About this exercise => Wherever a line of the data contains "IFCSIUNIT", copy that line.

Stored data
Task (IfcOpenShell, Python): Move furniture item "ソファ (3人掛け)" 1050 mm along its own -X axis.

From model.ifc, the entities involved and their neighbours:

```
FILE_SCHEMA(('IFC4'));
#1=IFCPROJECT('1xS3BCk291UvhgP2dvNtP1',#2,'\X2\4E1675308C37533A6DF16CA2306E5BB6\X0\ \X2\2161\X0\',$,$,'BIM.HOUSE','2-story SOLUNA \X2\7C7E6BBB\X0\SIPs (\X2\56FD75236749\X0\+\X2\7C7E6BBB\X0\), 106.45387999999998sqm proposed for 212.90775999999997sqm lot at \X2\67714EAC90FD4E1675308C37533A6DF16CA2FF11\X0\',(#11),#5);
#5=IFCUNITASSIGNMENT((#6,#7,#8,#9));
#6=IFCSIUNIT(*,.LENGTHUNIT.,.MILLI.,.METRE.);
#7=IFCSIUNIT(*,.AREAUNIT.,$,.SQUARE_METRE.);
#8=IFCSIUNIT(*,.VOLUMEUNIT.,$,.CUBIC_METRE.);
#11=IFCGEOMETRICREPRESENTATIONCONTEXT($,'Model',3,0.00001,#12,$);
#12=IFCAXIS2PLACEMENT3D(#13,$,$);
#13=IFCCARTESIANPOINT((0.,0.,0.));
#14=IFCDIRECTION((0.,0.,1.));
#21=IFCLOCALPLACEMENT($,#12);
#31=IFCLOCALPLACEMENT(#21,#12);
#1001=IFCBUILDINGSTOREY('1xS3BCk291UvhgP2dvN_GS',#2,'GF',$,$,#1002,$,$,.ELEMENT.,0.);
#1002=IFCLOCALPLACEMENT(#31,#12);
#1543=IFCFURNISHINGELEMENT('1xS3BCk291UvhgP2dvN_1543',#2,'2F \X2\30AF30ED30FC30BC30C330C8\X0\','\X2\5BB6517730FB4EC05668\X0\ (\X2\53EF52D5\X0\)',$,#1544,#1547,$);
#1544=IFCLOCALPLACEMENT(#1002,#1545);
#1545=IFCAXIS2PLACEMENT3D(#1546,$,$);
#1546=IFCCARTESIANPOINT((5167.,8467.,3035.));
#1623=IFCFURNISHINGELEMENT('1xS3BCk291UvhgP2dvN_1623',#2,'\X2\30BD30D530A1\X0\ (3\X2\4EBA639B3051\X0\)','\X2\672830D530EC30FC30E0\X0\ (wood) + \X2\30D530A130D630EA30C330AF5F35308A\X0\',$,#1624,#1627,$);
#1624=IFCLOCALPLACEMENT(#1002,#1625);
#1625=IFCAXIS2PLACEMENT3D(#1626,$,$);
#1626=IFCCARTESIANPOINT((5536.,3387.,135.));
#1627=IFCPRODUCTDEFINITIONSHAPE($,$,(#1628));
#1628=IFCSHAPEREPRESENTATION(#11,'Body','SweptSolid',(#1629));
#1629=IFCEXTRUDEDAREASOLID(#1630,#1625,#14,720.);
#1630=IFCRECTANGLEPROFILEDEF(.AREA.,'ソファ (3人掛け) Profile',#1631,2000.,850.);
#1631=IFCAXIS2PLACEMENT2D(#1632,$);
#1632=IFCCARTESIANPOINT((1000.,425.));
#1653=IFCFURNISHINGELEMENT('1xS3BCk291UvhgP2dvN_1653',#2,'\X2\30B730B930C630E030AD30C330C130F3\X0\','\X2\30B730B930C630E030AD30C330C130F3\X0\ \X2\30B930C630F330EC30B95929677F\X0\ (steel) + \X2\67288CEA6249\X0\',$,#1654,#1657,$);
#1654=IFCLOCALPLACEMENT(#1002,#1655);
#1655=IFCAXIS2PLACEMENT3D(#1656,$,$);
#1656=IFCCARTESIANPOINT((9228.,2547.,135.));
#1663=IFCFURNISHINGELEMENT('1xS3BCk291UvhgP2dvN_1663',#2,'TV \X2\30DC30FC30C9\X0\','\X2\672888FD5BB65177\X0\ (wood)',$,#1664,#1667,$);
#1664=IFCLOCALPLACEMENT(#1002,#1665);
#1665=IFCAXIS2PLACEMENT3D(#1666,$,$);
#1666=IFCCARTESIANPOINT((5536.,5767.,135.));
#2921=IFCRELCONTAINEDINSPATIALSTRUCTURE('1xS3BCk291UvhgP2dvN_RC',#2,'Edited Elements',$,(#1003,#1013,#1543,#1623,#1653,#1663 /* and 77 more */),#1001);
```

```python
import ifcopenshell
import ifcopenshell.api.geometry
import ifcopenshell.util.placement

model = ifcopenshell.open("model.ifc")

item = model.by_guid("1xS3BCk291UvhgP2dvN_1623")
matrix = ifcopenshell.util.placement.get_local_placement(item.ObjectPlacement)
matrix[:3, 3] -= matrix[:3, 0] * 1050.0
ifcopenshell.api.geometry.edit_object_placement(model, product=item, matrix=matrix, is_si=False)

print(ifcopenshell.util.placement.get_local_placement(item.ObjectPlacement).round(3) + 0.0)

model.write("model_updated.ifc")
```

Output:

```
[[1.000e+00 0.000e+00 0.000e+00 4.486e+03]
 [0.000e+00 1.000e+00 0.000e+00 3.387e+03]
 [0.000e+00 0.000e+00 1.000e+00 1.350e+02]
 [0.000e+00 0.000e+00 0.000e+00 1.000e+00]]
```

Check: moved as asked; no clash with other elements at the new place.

Answer below =>
#6=IFCSIUNIT(*,.LENGTHUNIT.,.MILLI.,.METRE.);
#7=IFCSIUNIT(*,.AREAUNIT.,$,.SQUARE_METRE.);
#8=IFCSIUNIT(*,.VOLUMEUNIT.,$,.CUBIC_METRE.);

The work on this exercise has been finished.